◆ **Stored data**:

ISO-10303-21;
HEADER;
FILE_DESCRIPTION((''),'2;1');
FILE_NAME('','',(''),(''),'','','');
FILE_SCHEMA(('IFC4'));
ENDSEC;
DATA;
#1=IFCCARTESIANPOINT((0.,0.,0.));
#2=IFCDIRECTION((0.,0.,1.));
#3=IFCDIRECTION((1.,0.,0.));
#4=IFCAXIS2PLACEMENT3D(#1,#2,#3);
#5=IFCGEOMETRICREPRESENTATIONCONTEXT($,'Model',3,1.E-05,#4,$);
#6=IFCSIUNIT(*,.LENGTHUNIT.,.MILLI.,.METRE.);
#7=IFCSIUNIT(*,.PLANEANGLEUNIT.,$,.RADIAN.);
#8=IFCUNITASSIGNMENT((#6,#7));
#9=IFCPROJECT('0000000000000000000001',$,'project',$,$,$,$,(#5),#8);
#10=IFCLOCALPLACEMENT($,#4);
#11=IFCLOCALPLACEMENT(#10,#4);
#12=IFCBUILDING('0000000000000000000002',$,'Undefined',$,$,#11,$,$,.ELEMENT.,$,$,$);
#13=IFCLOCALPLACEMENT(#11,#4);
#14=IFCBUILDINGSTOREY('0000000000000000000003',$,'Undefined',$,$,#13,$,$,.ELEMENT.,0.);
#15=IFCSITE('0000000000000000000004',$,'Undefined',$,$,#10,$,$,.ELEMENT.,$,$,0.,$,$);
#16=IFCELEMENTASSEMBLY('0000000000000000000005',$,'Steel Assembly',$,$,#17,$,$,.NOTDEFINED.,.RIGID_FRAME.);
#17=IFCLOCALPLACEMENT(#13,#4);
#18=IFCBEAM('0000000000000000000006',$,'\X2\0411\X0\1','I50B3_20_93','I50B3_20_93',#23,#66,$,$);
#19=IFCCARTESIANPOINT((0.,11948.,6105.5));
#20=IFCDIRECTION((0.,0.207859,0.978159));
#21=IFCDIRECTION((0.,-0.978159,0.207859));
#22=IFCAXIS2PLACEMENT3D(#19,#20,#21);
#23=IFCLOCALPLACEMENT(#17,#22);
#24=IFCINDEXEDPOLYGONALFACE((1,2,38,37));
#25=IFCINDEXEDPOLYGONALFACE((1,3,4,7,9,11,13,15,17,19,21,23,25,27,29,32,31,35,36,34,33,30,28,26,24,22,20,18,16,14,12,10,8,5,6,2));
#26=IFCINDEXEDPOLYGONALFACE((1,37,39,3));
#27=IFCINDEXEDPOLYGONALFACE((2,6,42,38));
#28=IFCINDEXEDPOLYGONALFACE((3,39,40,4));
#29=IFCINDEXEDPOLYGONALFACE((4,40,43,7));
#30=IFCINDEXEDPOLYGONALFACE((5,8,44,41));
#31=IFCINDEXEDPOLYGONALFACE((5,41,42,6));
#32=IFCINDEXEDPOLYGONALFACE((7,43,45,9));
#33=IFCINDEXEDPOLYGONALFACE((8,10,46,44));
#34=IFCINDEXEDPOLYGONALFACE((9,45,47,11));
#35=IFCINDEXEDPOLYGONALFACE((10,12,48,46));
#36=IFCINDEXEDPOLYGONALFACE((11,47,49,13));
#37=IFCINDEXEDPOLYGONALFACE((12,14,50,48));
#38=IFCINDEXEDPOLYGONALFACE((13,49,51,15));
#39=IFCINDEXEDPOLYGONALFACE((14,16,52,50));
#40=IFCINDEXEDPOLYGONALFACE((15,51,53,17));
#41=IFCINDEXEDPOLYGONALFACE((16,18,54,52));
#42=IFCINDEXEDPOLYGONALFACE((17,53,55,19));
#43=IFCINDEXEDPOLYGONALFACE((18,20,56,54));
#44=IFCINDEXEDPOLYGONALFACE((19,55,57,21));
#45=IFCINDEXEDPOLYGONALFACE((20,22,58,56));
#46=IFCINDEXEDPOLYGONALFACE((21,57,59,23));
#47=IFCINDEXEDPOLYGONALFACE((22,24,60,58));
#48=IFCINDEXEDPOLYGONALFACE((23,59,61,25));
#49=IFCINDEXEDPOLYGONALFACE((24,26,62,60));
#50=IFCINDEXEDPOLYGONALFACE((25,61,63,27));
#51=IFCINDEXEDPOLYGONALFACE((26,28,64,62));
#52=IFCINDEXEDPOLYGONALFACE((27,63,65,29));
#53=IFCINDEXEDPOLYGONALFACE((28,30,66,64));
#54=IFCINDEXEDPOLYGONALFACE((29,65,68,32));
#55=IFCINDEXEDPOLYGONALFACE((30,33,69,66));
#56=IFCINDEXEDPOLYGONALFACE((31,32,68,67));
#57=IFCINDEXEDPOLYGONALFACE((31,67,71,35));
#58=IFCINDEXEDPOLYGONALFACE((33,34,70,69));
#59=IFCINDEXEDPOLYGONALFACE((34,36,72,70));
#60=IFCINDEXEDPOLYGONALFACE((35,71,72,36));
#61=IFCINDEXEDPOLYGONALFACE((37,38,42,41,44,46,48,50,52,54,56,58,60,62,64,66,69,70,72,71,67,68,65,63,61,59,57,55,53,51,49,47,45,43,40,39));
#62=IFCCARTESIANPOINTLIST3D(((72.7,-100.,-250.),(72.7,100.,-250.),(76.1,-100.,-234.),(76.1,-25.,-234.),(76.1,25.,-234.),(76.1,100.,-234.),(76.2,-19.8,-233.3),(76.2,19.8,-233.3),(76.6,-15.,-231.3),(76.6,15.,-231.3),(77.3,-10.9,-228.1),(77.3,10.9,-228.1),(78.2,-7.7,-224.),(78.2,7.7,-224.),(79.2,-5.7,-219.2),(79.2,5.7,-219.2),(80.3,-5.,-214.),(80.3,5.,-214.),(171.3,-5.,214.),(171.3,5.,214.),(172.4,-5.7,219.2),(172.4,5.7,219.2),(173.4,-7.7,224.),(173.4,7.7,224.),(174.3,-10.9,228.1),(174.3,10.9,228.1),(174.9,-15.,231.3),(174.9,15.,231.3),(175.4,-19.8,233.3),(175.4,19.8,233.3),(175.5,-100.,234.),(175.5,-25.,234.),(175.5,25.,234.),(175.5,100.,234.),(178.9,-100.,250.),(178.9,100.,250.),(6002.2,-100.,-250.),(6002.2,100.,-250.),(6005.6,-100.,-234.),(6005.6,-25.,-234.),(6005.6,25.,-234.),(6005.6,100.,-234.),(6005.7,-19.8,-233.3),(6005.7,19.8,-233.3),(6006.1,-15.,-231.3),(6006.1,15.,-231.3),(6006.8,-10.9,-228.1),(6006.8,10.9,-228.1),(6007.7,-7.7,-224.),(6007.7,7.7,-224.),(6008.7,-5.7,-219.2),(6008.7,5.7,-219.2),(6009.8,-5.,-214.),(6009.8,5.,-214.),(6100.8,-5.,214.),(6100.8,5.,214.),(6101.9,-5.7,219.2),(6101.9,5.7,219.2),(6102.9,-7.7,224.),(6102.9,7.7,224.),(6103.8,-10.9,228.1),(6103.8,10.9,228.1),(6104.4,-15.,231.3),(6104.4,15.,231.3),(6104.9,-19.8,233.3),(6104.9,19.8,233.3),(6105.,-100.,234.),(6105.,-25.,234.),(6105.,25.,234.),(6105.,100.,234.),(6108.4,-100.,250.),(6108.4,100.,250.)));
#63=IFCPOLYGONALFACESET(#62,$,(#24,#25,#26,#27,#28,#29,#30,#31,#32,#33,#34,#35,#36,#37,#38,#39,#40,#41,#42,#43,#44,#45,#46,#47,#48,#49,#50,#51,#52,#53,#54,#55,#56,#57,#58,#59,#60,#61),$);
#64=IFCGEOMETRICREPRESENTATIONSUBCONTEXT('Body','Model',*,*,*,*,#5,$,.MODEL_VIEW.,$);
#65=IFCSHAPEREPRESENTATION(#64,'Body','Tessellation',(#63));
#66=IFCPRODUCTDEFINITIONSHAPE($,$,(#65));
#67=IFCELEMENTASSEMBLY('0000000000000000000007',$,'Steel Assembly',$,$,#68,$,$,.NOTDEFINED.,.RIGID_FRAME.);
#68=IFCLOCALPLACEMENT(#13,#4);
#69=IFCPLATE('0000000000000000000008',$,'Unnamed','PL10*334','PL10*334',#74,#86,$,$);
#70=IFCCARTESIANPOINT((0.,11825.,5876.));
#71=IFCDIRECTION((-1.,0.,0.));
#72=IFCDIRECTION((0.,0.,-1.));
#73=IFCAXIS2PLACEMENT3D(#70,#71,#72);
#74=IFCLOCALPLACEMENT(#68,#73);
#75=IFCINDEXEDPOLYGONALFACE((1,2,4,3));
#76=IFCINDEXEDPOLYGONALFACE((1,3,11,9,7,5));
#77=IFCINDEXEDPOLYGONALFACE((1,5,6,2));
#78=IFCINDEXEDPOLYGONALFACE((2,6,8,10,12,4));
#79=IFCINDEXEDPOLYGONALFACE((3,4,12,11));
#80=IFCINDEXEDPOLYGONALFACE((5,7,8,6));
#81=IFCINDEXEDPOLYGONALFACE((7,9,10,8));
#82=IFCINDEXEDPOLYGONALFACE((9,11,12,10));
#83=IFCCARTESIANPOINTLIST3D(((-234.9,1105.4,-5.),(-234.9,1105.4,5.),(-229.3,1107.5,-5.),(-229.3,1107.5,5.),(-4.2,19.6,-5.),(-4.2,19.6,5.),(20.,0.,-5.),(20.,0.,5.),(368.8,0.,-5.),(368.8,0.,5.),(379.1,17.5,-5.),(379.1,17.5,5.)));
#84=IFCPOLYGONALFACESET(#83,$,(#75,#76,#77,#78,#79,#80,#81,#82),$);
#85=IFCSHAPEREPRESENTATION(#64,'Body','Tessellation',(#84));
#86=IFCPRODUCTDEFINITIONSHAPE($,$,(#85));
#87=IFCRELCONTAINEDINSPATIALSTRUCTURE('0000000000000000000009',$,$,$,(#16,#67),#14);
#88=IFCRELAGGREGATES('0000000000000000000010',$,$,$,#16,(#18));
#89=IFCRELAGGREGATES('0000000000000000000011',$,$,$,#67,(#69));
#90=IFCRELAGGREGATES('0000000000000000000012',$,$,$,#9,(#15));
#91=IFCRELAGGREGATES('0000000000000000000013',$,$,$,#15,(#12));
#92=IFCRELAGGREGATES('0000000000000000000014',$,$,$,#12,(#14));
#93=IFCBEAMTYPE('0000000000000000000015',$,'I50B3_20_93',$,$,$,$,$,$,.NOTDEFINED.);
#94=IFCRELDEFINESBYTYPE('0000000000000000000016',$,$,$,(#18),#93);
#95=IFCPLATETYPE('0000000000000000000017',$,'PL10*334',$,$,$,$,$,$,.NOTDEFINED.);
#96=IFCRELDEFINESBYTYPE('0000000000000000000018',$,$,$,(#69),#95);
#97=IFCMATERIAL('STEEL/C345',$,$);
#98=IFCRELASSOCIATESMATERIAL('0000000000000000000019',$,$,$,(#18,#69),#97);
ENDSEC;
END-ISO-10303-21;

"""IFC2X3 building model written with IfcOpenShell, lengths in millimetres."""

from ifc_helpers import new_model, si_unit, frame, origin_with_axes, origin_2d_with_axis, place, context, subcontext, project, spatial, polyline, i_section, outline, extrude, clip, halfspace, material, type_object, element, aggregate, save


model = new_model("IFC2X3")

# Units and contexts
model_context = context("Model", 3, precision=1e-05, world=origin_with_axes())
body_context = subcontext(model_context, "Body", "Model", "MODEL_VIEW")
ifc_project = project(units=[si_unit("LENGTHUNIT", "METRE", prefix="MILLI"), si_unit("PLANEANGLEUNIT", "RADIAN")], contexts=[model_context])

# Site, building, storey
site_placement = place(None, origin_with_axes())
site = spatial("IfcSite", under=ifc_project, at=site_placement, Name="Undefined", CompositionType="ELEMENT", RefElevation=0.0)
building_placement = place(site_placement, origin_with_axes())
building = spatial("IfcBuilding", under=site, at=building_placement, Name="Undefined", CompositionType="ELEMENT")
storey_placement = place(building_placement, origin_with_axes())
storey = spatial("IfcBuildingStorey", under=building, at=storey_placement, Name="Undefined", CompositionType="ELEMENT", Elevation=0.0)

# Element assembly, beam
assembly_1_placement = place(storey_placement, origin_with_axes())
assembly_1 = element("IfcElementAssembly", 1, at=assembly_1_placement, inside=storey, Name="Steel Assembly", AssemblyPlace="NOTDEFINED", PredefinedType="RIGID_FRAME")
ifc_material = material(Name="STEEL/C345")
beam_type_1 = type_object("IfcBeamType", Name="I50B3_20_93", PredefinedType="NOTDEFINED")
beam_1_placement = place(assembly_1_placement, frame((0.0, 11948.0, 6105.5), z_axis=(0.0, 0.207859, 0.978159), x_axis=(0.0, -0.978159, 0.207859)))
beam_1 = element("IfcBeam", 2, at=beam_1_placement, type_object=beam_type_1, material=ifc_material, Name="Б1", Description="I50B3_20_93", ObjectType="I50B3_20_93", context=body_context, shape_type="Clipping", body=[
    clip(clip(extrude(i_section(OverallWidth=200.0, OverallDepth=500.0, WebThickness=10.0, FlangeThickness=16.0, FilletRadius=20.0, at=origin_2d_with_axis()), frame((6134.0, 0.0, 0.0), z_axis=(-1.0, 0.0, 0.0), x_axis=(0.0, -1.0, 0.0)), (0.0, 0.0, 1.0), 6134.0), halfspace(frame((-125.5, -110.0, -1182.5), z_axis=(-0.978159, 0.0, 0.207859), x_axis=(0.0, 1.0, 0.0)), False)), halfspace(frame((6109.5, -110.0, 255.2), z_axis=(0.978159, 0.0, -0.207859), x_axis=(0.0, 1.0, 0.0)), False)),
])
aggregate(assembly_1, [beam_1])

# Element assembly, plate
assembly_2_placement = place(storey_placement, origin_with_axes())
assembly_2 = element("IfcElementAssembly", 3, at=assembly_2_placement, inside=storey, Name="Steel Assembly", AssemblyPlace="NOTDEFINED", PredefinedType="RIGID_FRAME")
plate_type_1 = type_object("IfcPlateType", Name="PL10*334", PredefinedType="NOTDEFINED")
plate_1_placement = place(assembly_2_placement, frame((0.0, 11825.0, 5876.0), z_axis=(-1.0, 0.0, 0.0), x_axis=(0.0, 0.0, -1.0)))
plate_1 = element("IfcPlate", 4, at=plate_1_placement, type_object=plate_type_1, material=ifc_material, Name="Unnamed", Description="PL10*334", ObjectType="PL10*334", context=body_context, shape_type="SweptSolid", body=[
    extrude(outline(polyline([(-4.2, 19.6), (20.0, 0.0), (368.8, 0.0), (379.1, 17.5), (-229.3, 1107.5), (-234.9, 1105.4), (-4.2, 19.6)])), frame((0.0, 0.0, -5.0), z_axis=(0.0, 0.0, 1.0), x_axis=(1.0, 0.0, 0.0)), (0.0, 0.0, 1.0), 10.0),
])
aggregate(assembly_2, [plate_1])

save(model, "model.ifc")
...
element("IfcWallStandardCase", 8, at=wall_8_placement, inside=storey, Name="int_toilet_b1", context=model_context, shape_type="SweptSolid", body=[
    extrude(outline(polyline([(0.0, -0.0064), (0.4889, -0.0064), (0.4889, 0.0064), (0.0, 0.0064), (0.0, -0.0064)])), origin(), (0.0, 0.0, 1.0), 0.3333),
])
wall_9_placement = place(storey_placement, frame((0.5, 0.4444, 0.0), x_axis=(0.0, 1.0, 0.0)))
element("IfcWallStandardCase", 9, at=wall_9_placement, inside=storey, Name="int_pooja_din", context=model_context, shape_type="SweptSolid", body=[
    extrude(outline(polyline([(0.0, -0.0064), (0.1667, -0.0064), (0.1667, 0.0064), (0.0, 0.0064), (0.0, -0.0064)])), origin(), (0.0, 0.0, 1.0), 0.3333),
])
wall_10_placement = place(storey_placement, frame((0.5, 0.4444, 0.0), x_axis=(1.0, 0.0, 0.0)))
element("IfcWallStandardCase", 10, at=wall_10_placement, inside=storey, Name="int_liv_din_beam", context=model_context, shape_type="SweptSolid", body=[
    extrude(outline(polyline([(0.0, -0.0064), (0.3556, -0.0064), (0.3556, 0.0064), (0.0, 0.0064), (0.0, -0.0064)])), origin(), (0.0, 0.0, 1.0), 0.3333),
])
--
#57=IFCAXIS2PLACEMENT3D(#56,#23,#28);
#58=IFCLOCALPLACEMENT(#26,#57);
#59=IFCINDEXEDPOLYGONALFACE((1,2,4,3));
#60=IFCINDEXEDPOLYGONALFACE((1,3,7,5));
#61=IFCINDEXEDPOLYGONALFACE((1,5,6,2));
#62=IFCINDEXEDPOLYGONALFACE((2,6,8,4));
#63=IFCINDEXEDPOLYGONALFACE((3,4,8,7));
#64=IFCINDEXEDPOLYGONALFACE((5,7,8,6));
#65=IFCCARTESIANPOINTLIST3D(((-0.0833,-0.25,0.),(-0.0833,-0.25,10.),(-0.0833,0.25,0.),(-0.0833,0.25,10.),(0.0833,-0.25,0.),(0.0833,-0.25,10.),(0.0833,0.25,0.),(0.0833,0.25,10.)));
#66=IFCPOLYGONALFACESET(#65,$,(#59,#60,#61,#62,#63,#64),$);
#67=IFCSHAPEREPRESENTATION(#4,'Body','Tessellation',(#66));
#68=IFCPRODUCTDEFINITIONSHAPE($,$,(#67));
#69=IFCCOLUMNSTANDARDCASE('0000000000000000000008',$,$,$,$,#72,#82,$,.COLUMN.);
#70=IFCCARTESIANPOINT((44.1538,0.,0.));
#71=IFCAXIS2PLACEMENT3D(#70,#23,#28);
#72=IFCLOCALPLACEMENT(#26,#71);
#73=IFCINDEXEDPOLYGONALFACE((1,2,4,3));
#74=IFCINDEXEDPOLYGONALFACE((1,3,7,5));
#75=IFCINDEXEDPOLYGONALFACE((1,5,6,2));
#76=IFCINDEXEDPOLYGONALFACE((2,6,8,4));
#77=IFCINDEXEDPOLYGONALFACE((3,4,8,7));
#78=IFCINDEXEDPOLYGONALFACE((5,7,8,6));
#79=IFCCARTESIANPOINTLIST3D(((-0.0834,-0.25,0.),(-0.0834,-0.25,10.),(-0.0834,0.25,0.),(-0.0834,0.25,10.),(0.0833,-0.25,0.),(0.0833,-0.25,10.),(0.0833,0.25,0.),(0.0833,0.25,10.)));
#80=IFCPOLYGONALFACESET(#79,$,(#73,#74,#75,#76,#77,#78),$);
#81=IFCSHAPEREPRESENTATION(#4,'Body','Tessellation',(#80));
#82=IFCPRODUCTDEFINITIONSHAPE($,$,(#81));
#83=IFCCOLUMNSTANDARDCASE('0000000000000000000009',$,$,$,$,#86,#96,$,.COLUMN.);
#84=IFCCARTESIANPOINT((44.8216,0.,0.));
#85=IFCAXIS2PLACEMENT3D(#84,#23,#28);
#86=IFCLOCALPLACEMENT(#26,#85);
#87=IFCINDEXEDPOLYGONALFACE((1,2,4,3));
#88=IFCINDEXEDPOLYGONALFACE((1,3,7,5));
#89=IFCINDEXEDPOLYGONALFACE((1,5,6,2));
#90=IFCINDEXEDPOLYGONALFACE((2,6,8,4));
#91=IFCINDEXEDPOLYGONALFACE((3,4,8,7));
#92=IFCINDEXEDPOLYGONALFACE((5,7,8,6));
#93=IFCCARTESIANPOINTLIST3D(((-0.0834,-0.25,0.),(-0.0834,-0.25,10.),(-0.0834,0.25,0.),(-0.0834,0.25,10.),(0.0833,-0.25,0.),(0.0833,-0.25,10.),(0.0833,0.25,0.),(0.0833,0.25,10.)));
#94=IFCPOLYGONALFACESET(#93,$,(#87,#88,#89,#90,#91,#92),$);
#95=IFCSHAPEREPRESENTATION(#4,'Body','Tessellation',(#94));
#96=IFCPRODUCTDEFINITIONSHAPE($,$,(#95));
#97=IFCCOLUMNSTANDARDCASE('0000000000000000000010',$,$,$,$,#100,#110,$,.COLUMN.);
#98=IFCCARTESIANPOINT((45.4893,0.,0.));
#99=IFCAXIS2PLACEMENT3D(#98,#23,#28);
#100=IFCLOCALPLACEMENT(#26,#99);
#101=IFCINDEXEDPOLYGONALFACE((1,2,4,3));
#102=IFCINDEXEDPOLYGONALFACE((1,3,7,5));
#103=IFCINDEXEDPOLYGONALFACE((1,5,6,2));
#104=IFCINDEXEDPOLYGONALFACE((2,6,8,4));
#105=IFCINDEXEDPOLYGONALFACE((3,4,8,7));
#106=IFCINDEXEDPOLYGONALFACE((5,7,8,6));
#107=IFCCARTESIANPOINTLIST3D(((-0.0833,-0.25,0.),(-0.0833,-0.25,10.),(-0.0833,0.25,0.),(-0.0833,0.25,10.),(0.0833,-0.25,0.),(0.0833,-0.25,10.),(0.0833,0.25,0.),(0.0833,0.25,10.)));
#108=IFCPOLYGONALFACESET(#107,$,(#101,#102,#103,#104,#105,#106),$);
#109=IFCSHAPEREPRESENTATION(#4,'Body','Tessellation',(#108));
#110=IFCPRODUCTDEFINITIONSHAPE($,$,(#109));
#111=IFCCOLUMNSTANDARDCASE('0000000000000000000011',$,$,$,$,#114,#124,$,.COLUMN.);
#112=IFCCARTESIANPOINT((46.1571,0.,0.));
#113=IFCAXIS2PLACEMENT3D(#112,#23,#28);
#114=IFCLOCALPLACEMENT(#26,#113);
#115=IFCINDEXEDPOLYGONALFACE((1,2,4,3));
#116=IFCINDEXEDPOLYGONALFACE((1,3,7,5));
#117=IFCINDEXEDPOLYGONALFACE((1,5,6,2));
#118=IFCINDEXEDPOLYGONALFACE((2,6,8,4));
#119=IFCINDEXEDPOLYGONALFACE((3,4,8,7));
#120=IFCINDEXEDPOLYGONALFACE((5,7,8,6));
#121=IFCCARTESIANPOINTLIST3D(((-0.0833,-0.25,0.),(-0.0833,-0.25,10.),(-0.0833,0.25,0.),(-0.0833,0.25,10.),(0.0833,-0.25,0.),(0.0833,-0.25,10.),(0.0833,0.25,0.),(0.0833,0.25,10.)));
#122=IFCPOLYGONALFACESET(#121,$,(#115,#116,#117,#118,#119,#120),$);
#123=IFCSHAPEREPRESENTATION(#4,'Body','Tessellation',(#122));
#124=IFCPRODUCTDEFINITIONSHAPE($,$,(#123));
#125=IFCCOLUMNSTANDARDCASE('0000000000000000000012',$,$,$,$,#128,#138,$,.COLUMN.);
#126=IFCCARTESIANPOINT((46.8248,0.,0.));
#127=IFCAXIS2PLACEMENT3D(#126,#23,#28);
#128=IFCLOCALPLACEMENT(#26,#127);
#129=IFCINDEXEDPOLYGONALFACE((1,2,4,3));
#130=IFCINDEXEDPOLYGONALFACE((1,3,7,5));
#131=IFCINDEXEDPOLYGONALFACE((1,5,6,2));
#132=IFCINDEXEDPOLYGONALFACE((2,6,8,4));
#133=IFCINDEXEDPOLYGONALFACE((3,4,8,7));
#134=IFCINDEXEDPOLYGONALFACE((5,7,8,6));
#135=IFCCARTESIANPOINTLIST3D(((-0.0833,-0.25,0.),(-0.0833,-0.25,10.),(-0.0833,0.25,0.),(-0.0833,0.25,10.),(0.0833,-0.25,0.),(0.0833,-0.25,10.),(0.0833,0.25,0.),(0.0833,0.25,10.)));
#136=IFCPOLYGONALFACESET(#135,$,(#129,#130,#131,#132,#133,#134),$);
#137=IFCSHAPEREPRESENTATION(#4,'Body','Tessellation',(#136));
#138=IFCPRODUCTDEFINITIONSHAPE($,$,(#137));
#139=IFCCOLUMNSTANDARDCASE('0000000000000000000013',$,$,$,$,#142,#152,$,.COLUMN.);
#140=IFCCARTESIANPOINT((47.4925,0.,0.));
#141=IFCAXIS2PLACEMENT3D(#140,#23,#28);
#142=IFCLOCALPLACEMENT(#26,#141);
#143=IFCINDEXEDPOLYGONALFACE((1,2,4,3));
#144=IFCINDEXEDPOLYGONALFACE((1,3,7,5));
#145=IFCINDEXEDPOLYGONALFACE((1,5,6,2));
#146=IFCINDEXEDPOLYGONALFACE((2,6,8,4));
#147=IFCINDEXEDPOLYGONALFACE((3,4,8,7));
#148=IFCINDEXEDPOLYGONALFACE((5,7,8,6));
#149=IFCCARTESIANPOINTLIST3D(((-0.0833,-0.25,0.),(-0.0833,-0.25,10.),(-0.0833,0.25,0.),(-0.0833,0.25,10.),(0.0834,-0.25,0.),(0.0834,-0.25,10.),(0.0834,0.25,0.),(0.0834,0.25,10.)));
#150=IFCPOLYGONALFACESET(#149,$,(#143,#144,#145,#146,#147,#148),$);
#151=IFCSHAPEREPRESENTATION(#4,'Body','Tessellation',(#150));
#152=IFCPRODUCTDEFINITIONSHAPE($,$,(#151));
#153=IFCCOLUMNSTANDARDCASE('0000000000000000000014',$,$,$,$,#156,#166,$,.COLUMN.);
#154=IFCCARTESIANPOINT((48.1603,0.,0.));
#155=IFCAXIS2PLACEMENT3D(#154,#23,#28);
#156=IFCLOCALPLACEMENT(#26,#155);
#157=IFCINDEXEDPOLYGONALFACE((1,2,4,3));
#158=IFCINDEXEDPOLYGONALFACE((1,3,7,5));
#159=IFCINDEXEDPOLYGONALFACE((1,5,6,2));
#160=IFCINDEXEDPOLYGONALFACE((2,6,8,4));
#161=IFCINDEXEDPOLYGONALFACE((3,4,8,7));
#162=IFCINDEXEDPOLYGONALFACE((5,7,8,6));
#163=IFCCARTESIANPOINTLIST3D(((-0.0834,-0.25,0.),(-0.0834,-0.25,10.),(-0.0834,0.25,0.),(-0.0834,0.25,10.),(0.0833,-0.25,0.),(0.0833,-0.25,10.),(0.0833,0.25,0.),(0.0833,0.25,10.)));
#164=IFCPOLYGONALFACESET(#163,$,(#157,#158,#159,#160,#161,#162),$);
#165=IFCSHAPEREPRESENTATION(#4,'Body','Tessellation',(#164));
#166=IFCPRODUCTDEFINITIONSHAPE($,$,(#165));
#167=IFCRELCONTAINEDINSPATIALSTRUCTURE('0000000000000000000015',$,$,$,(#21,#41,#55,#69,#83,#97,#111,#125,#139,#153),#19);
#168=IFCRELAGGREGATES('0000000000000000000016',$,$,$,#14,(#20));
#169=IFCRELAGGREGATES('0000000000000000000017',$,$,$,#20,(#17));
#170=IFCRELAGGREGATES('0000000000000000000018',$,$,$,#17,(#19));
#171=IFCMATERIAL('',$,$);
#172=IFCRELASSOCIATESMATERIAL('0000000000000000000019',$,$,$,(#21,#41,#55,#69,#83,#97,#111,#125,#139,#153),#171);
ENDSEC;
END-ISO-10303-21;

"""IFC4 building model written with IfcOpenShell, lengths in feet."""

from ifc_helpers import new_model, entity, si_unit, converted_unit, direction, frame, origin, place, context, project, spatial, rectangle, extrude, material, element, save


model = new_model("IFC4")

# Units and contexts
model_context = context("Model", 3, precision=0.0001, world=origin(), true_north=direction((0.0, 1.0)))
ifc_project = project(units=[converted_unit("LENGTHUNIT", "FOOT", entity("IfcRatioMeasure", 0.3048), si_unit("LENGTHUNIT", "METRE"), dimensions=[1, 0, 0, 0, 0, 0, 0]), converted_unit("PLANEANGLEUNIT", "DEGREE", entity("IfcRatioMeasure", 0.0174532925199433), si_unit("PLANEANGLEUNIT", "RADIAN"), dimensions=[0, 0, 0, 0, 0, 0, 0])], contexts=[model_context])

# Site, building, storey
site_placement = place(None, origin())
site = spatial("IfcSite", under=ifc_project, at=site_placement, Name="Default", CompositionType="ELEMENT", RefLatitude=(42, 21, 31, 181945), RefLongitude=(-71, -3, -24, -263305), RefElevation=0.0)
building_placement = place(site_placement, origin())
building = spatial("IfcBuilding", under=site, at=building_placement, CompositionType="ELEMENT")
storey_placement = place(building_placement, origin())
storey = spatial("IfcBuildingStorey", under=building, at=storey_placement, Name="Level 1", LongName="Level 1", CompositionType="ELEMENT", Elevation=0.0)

◆ **Assignment**: Filter the preceding entries down to the lines with "IFCMATERIAL".

◆ **Answer for this exercise**:
#97=IFCMATERIAL('STEEL/C345',$,$);
#171=IFCMATERIAL('',$,$);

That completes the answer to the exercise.